In December 2015, the Liberty Counsel filed a lawsuit against the inclusion of sexual orientation and gender identity in the Fairfax County, Va., School District’s anti-discrimination policy. The suit was dismissed the following year, but the group has appealed.
Three months later, in February, Brevard County, Fla., killed a proposed non-discrimination and equal employment policy for LGBT people in the public schools. Liberty Counsel was involved in that battle, too. The group emailed a letter to the school board chairman prior to the vote that included warnings about “boys and men claiming a female ‘gender identity’ to enter and use the restrooms, locker rooms, and other areas previously affording privacy to girls and women.”
With such a history of legal entanglements, North Carolina’s new law seems tailor-made to draw the Liberty Counsel’s interest.
The bill—introduced and passed in less than ten hours during a hastily convened special session of the state legislature—revokes and bans any LGBT protection measures in the state.
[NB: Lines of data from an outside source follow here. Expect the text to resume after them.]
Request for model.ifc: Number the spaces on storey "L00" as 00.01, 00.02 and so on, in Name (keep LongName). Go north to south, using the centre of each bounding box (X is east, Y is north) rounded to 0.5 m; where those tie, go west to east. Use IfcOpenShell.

First a look at what the model holds.

```python
import ifcopenshell
import ifcopenshell.util.element
import ifcopenshell.util.placement

model = ifcopenshell.open("model.ifc")
print(model.schema)
storey = next(s for s in model.by_type("IfcBuildingStorey") if s.Name == "L00")
spaces = [e for e in ifcopenshell.util.element.get_decomposition(storey) if e.is_a("IfcSpace")]
for e in sorted(spaces, key=lambda e: e.id()):
    origin = ifcopenshell.util.placement.get_local_placement(e.ObjectPlacement)[:3, 3]
    print(e.id(), e.Name, e.LongName, origin.round(2) + 0.0, sep=" | ")
```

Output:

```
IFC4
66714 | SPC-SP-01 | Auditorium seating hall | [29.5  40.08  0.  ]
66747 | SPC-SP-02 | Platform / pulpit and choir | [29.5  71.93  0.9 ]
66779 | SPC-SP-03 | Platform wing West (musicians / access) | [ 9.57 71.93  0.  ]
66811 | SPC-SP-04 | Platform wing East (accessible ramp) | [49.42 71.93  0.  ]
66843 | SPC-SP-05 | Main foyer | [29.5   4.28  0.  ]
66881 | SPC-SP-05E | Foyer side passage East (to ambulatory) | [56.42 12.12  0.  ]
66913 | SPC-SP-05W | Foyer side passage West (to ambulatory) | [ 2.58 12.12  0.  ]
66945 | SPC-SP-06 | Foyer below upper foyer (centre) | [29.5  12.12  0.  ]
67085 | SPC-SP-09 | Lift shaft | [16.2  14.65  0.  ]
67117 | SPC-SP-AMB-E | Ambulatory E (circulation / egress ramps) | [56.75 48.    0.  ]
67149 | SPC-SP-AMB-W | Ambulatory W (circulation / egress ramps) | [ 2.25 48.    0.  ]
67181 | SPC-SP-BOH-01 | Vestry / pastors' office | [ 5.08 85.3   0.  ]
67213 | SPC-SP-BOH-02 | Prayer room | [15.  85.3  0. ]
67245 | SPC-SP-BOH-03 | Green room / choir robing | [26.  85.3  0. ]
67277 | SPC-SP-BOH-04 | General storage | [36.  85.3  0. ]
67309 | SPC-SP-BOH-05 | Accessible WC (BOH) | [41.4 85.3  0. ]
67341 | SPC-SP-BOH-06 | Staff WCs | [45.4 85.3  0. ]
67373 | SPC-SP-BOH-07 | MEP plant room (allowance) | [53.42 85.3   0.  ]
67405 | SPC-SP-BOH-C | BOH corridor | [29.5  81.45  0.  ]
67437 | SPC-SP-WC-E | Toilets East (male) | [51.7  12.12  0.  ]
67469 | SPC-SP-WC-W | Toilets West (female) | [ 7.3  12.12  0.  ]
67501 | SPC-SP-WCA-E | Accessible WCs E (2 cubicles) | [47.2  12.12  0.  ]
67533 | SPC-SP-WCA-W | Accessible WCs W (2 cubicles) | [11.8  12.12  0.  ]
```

```python
import ifcopenshell
import ifcopenshell.geom
import ifcopenshell.util.element
import ifcopenshell.util.shape

model = ifcopenshell.open("model.ifc")
settings = ifcopenshell.geom.settings()
settings.set("use-world-coords", True)


def centre(element):
    shape = ifcopenshell.geom.create_shape(settings, element)
    return ifcopenshell.util.shape.get_bbox_centroid(shape.geometry)


storey = next(s for s in model.by_type("IfcBuildingStorey") if s.Name == "L00")
spaces = [e for e in ifcopenshell.util.element.get_decomposition(storey) if e.is_a("IfcSpace")]

# Insertion points can sit at a corner or the storey origin, so sort by the geometry (in metres).
centres = {e: centre(e) for e in spaces}
spaces.sort(key=lambda e: (-round(centres[e][1] / 0.5), centres[e][0]))

for i, e in enumerate(spaces, start=1):
    number = f"00.{i:02d}"
    e.Name = number
    print(e.id(), number)

model.write("model_edited.ifc")
```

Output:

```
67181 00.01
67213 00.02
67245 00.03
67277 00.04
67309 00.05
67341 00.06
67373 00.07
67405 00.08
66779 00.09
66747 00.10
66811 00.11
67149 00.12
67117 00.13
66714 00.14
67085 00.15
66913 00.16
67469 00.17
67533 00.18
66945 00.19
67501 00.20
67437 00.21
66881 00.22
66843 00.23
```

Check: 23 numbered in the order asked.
It specifically targeted the city of Charlotte’s ordinance, just passed in February, which allowed transgender individuals to use public bathrooms in accordance with their gender identities.
The new measure was slated to go into effect April 1, but the state legislature convened the special session to prevent that. Senate Democrats walked out in protest, claiming they had not been allowed to participate in the bill’s process. “We witnessed an affront to democracy,” Sen. Dan Blue, D-Raleigh, the minority leader, said.
The new law overturns Charlotte’s ordinance and prevents any local governments from passing their own non-discrimination ordinances. It also mandates that students in the state’s schools use bathrooms corresponding to the gender listed on their birth certificates, playing on fears that male predators will pretend to be women or trans women and sneak into women’s restrooms or locker rooms to accost or molest women and girls.
The bill includes a few other provisions, including preventing any city in the state from enacting minimum wage bills higher, and it guts workplace discrimination protections overall, removing the right of employees to sue on the basis of discrimination in state courts. Employees now have to file federal lawsuits, which involve a different process often with shorter statutes of limitations and higher fees.
But the overwhelming issue remains the denial of access to public bathroom facilities for trans people and the removal of sexual orientation and gender identity from non-discrimination policies.
The rhetoric behind these so-called “bathroom bills” relies on generating fear and drumming up support behind the fictitious worry of men sneaking into women’s restrooms –– a myth perpetuated in anti-LGBT circles. The rhetoric was effective last fall, when Houston voters repealed a non-discrimination ordinance that included sexual orientation and gender identity. Such rhetoric continues to fuel anti-trans “bathroom bills” in schools and legislatures.
Media Matters noted that the text of the North Carolina bill may have come from some of the anti-trans school policies that anti-LGBT group Alliance Defending Freedom (ADF) has been pushing for over a year.
ADF, which praised the passage of the North Carolina law, is an organization devoted to initiating right-wing legal challenges to things considered “against religious liberty.” In the past, it has emailed public school districts across the country to “advise” them of its recommended “Student Physical Privacy” policy. Last year, ADF released a model state-level bill that would prohibit all public school transgender students from using any facility in accordance with their gender identity. Media Matters noted that Nevada, Minnesota, Kentucky, Wisconsin and Texas have all proposed versions of ADF’s bill.
ADF has been involved at least peripherally in anti-LGBT battles in North Carolina for over a year. Tami Fitzgerald, executive director of the North Carolina Values Coalition, was the lead anti-LGBT activist who opposed the Charlotte ordinance and was one of the major forces behind North Carolina’s 2012 amendment to ban marriage equality. Her bio at the Conservative Pundit notes that she is an ADF allied attorney.